_WHAT THE EXERCISE ASKS_
Quote the entries below from the line with "#20=IFCINDEXEDPOLYGONALFACE((1,5,6,2));" through the line with "#66=IFCINDEXEDPOLYGONALFACE((91,92,96,95));", both ends included, and only those lines.

_PROVIDED INFORMATION_
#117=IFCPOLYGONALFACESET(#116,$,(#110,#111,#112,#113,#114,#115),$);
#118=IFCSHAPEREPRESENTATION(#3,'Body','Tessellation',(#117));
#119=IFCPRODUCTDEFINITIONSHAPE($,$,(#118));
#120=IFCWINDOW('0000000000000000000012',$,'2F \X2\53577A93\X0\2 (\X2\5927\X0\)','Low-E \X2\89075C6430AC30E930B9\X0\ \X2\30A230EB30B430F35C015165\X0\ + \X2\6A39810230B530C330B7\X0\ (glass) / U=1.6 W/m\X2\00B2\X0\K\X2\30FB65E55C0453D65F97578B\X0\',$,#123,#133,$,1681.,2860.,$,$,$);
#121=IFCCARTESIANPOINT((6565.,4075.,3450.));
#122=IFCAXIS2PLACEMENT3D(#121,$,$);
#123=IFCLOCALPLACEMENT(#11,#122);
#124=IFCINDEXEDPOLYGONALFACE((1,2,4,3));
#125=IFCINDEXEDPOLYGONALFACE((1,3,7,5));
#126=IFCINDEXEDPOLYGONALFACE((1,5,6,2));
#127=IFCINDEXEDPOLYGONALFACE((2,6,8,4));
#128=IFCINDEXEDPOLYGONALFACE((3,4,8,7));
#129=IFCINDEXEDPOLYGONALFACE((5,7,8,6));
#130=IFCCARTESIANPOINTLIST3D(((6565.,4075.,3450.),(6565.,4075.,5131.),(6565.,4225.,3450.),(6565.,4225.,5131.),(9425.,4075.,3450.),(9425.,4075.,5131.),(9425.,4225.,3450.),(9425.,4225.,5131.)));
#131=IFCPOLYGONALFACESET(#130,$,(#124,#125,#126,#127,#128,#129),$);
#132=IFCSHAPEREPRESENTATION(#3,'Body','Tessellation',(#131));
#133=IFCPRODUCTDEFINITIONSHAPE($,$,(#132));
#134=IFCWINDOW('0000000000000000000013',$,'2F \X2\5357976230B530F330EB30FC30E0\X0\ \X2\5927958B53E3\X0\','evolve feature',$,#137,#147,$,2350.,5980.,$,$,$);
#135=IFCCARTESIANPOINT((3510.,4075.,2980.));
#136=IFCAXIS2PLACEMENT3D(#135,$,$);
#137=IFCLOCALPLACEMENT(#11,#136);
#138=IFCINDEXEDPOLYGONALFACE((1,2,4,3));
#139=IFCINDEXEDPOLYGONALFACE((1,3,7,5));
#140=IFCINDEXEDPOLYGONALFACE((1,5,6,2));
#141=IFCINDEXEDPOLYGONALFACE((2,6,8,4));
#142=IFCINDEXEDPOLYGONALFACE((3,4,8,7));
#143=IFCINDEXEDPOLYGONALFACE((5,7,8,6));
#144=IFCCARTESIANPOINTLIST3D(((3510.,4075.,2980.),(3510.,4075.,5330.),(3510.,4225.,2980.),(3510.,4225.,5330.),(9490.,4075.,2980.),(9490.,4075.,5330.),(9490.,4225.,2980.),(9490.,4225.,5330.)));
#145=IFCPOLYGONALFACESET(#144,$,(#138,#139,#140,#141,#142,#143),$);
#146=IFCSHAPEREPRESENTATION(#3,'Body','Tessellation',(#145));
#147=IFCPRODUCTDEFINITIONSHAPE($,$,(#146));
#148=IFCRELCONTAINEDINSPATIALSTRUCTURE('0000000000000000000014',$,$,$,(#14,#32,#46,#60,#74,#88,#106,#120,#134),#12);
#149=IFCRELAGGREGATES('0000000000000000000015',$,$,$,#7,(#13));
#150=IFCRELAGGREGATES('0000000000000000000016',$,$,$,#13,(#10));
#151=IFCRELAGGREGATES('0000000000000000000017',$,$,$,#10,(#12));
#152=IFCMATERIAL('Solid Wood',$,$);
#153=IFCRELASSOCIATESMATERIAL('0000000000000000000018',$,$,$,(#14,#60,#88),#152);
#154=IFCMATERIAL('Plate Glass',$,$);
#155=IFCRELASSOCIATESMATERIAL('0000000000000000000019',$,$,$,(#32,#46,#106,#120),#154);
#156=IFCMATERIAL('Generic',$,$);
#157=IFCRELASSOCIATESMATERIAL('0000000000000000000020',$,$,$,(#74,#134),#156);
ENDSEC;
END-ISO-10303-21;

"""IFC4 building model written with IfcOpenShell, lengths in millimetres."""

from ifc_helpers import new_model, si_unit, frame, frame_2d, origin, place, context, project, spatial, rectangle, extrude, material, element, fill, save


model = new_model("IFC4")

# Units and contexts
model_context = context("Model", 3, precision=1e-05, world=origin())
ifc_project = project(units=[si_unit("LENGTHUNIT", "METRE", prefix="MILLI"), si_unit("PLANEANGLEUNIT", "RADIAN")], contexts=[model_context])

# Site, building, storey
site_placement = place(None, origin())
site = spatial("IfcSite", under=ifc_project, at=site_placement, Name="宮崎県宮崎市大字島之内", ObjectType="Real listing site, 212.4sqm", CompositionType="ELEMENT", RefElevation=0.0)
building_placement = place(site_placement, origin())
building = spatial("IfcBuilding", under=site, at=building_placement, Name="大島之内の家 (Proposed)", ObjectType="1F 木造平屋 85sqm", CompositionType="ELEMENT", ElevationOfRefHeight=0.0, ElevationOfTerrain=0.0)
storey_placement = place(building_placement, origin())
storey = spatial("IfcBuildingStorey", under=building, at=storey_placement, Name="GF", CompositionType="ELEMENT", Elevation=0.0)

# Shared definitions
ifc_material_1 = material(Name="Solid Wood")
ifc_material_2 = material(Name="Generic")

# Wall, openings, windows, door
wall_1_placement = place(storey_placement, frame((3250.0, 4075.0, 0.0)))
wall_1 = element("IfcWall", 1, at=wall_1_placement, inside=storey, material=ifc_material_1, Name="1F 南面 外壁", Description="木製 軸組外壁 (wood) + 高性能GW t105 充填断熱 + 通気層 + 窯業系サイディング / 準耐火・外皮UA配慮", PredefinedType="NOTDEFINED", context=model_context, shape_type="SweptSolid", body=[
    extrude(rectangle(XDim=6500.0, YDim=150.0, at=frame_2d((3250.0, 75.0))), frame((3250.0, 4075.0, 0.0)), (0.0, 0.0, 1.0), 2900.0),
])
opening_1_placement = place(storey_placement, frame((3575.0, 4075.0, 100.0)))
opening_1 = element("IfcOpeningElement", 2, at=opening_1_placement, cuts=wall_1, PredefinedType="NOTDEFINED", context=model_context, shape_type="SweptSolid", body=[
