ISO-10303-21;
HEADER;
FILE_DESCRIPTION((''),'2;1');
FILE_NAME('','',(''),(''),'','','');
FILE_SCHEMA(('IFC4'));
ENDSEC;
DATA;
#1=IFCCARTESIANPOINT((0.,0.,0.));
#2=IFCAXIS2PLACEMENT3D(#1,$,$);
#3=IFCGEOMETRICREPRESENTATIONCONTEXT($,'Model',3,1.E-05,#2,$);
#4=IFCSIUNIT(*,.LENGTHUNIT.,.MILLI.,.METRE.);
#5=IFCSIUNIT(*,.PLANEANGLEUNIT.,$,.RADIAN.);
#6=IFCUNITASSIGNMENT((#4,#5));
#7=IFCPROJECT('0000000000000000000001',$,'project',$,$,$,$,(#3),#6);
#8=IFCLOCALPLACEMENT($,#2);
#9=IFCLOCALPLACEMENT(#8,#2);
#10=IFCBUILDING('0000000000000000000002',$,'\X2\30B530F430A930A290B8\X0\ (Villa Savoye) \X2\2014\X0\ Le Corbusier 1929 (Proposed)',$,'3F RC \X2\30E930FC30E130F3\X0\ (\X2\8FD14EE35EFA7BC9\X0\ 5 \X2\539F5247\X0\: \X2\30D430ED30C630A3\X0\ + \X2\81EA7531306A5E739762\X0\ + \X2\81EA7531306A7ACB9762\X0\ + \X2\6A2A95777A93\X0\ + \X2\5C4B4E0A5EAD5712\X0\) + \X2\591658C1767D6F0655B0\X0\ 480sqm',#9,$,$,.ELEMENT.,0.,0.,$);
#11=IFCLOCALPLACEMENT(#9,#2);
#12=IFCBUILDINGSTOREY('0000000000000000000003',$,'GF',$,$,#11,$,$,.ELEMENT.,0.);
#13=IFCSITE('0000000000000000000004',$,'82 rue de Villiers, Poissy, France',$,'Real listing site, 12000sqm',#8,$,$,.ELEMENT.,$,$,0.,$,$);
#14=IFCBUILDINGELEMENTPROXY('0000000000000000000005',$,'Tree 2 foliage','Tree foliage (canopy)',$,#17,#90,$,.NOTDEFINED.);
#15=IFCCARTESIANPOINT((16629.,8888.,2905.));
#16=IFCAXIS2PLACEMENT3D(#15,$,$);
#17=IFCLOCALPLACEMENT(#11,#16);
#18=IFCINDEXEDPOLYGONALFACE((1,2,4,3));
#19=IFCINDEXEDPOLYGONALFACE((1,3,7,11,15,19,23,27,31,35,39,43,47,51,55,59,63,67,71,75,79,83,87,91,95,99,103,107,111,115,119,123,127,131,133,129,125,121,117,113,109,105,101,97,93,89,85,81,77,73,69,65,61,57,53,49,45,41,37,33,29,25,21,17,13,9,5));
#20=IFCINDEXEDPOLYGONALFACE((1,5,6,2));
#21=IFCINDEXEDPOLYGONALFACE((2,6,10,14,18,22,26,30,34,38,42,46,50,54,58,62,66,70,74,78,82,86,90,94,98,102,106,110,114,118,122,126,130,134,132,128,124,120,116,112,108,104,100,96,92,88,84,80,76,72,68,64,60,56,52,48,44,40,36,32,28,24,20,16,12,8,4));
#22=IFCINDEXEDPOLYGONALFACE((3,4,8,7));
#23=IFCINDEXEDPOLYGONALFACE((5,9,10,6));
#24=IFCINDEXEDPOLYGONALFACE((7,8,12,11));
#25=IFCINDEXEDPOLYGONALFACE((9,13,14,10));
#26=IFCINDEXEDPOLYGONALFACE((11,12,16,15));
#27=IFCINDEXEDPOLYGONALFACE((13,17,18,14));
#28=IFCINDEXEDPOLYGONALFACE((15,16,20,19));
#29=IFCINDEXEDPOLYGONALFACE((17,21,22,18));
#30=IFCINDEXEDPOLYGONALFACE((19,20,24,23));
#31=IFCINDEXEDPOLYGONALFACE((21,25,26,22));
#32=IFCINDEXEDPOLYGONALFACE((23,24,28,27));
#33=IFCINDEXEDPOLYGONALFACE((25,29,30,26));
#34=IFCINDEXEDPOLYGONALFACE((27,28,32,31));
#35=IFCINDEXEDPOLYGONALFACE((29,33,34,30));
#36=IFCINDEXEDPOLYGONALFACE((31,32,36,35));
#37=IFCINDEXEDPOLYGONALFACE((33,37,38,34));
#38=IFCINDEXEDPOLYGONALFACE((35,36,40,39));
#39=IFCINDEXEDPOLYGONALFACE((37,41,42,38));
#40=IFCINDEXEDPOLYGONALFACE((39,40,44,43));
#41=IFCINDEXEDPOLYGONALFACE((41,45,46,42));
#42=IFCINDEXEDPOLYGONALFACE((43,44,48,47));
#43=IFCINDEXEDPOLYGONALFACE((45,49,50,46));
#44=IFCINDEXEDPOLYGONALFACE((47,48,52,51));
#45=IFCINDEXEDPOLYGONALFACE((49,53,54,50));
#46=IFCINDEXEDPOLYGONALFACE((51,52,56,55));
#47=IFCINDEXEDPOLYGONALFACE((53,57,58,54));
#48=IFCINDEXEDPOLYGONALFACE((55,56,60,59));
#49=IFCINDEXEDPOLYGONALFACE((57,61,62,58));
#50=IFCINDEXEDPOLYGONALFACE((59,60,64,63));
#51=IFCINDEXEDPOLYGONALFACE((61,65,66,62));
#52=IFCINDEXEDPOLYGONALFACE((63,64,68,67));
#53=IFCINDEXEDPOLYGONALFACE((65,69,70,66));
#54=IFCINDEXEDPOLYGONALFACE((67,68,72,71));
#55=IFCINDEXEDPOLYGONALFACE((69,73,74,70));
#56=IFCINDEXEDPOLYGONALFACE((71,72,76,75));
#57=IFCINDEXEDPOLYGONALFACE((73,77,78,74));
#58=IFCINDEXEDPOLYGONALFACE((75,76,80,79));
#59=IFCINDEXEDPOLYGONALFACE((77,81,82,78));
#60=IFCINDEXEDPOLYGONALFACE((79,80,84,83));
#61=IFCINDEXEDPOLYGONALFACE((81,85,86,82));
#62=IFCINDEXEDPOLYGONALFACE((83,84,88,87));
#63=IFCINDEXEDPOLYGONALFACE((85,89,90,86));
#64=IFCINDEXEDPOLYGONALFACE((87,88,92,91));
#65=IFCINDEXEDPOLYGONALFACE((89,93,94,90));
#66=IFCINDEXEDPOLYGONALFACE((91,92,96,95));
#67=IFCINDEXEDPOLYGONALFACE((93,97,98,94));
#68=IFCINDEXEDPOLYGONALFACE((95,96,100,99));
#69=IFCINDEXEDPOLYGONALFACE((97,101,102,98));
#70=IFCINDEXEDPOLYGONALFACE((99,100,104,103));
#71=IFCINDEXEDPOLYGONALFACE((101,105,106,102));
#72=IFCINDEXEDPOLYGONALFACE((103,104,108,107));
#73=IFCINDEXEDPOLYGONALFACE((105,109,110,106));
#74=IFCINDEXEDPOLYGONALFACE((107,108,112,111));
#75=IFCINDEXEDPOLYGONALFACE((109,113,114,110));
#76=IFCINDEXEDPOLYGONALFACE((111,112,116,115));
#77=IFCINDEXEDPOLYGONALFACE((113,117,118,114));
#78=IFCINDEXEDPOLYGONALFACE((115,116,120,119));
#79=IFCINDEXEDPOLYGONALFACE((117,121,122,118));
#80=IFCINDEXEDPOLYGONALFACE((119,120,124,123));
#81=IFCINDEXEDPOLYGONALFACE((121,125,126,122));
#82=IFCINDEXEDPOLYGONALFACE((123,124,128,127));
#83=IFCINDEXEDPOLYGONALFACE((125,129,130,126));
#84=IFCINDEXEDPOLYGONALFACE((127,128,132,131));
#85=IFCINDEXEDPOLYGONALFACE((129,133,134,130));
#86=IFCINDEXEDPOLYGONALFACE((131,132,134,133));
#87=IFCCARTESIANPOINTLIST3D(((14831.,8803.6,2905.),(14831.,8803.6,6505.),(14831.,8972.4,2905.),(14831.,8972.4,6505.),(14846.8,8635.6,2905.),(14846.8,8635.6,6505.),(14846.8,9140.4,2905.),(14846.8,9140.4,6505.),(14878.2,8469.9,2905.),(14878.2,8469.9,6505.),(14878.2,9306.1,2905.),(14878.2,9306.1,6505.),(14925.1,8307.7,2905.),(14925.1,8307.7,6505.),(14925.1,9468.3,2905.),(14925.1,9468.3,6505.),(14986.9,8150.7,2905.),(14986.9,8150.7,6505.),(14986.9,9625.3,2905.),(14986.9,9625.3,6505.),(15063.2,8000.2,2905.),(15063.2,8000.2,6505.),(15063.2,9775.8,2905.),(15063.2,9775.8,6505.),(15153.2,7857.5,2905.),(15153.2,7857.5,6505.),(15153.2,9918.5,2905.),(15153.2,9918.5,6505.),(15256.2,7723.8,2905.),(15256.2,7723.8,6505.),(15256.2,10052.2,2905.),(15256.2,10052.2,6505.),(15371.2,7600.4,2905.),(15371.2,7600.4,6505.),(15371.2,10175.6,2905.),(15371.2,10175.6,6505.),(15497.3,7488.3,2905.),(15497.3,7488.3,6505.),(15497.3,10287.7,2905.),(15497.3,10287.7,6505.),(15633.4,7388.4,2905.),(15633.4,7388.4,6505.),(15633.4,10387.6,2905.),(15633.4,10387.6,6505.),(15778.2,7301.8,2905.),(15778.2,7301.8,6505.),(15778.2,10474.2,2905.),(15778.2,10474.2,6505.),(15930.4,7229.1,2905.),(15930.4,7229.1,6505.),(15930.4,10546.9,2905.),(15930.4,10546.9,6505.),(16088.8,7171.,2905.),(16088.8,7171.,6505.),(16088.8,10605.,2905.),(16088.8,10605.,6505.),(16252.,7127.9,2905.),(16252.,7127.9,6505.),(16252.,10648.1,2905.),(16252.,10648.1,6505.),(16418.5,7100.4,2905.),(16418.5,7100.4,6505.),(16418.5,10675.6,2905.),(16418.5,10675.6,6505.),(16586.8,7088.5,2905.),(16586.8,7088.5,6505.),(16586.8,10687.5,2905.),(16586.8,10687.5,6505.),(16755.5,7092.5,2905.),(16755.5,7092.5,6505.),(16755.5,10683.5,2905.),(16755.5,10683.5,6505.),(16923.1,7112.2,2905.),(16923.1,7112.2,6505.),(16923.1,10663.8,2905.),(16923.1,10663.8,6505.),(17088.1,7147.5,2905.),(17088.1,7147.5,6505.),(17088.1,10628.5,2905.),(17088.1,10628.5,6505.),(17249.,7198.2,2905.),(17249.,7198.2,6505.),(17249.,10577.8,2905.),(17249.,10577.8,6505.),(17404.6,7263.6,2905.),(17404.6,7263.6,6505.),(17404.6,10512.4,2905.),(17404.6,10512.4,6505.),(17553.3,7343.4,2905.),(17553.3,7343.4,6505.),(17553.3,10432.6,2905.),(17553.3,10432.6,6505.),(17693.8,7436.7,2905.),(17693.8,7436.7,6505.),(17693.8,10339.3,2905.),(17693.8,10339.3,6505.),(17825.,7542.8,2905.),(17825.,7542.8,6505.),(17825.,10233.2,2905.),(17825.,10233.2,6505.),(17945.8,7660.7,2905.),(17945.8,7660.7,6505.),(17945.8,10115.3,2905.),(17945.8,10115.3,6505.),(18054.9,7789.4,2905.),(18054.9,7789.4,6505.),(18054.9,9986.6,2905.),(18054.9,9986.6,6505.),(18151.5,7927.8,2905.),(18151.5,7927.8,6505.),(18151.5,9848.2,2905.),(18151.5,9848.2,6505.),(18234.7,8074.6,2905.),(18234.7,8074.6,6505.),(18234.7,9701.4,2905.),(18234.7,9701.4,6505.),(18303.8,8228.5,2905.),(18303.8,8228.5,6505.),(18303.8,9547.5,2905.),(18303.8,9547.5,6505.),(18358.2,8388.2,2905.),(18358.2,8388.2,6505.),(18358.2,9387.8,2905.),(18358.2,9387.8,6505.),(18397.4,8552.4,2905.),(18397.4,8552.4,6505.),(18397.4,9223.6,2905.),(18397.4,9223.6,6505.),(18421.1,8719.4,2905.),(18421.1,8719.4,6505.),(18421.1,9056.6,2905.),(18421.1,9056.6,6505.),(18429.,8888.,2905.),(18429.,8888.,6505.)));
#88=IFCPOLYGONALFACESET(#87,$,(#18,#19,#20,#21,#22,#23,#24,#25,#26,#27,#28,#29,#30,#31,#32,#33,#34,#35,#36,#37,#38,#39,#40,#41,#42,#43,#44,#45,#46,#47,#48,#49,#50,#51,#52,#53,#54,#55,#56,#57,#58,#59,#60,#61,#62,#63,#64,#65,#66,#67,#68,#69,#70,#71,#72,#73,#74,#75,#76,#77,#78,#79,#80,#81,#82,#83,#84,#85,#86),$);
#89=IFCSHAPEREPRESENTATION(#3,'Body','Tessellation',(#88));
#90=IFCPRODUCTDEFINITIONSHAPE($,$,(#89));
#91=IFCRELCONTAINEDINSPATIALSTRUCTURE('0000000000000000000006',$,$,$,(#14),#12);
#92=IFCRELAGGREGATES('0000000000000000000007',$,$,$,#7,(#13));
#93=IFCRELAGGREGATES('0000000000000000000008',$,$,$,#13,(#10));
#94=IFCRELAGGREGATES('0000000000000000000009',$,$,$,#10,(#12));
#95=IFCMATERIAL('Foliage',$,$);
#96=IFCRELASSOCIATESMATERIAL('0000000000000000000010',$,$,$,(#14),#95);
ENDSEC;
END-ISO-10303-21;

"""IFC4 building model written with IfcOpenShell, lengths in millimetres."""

from ifc_helpers import new_model, si_unit, frame, origin, origin_2d, place, context, project, spatial, circle, extrude, material, element, save


model = new_model("IFC4")

# Units and contexts
model_context = context("Model", 3, precision=1e-05, world=origin())
ifc_project = project(units=[si_unit("LENGTHUNIT", "METRE", prefix="MILLI"), si_unit("PLANEANGLEUNIT", "RADIAN")], contexts=[model_context])

# Site, building, storey
site_placement = place(None, origin())
site = spatial("IfcSite", under=ifc_project, at=site_placement, Name="82 rue de Villiers, Poissy, France", ObjectType="Real listing site, 12000sqm", CompositionType="ELEMENT", RefElevation=0.0)
building_placement = place(site_placement, origin())
building = spatial("IfcBuilding", under=site, at=building_placement, Name="サヴォア邸 (Villa Savoye) — Le Corbusier 1929 (Proposed)", ObjectType="3F RC ラーメン (近代建築 5 原則: ピロティ + 自由な平面 + 自由な立面 + 横長窓 + 屋上庭園) + 外壁白漆喰 480sqm", CompositionType="ELEMENT", ElevationOfRefHeight=0.0, ElevationOfTerrain=0.0)
storey_placement = place(building_placement, origin())
storey = spatial("IfcBuildingStorey", under=building, at=storey_placement, Name="GF", CompositionType="ELEMENT", Elevation=0.0)

# Building element proxy
ifc_material_1 = material(Name="Foliage")
proxy_1_placement = place(storey_placement, frame((16629.0, 8888.0, 2905.0)))
element("IfcBuildingElementProxy", 1, at=proxy_1_placement, inside=storey, material=ifc_material_1, Name="Tree 2 foliage", Description="Tree foliage (canopy)", PredefinedType="NOTDEFINED", context=model_context, shape_type="SweptSolid", body=[
    extrude(circle(Radius=1800.0, at=origin_2d()), frame((16629.0, 8888.0, 2905.0)), (0.0, 0.0, 1.0), 3600.0),
])

save(model, "model.ifc")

_OUTPUT OF THE EXERCISE_
#20=IFCINDEXEDPOLYGONALFACE((1,5,6,2));
#21=IFCINDEXEDPOLYGONALFACE((2,6,10,14,18,22,26,30,34,38,42,46,50,54,58,62,66,70,74,78,82,86,90,94,98,102,106,110,114,118,122,126,130,134,132,128,124,120,116,112,108,104,100,96,92,88,84,80,76,72,68,64,60,56,52,48,44,40,36,32,28,24,20,16,12,8,4));
#22=IFCINDEXEDPOLYGONALFACE((3,4,8,7));
#23=IFCINDEXEDPOLYGONALFACE((5,9,10,6));
#24=IFCINDEXEDPOLYGONALFACE((7,8,12,11));
#25=IFCINDEXEDPOLYGONALFACE((9,13,14,10));
#26=IFCINDEXEDPOLYGONALFACE((11,12,16,15));
#27=IFCINDEXEDPOLYGONALFACE((13,17,18,14));
#28=IFCINDEXEDPOLYGONALFACE((15,16,20,19));
#29=IFCINDEXEDPOLYGONALFACE((17,21,22,18));
#30=IFCINDEXEDPOLYGONALFACE((19,20,24,23));
#31=IFCINDEXEDPOLYGONALFACE((21,25,26,22));
#32=IFCINDEXEDPOLYGONALFACE((23,24,28,27));
#33=IFCINDEXEDPOLYGONALFACE((25,29,30,26));
#34=IFCINDEXEDPOLYGONALFACE((27,28,32,31));
#35=IFCINDEXEDPOLYGONALFACE((29,33,34,30));
#36=IFCINDEXEDPOLYGONALFACE((31,32,36,35));
#37=IFCINDEXEDPOLYGONALFACE((33,37,38,34));
#38=IFCINDEXEDPOLYGONALFACE((35,36,40,39));
#39=IFCINDEXEDPOLYGONALFACE((37,41,42,38));
#40=IFCINDEXEDPOLYGONALFACE((39,40,44,43));
#41=IFCINDEXEDPOLYGONALFACE((41,45,46,42));
#42=IFCINDEXEDPOLYGONALFACE((43,44,48,47));
#43=IFCINDEXEDPOLYGONALFACE((45,49,50,46));
#44=IFCINDEXEDPOLYGONALFACE((47,48,52,51));
#45=IFCINDEXEDPOLYGONALFACE((49,53,54,50));
#46=IFCINDEXEDPOLYGONALFACE((51,52,56,55));
#47=IFCINDEXEDPOLYGONALFACE((53,57,58,54));
#48=IFCINDEXEDPOLYGONALFACE((55,56,60,59));
#49=IFCINDEXEDPOLYGONALFACE((57,61,62,58));
#50=IFCINDEXEDPOLYGONALFACE((59,60,64,63));
#51=IFCINDEXEDPOLYGONALFACE((61,65,66,62));
#52=IFCINDEXEDPOLYGONALFACE((63,64,68,67));
#53=IFCINDEXEDPOLYGONALFACE((65,69,70,66));
#54=IFCINDEXEDPOLYGONALFACE((67,68,72,71));
#55=IFCINDEXEDPOLYGONALFACE((69,73,74,70));
#56=IFCINDEXEDPOLYGONALFACE((71,72,76,75));
#57=IFCINDEXEDPOLYGONALFACE((73,77,78,74));
#58=IFCINDEXEDPOLYGONALFACE((75,76,80,79));
#59=IFCINDEXEDPOLYGONALFACE((77,81,82,78));
#60=IFCINDEXEDPOLYGONALFACE((79,80,84,83));
#61=IFCINDEXEDPOLYGONALFACE((81,85,86,82));
#62=IFCINDEXEDPOLYGONALFACE((83,84,88,87));
#63=IFCINDEXEDPOLYGONALFACE((85,89,90,86));
#64=IFCINDEXEDPOLYGONALFACE((87,88,92,91));
#65=IFCINDEXEDPOLYGONALFACE((89,93,94,90));
#66=IFCINDEXEDPOLYGONALFACE((91,92,96,95));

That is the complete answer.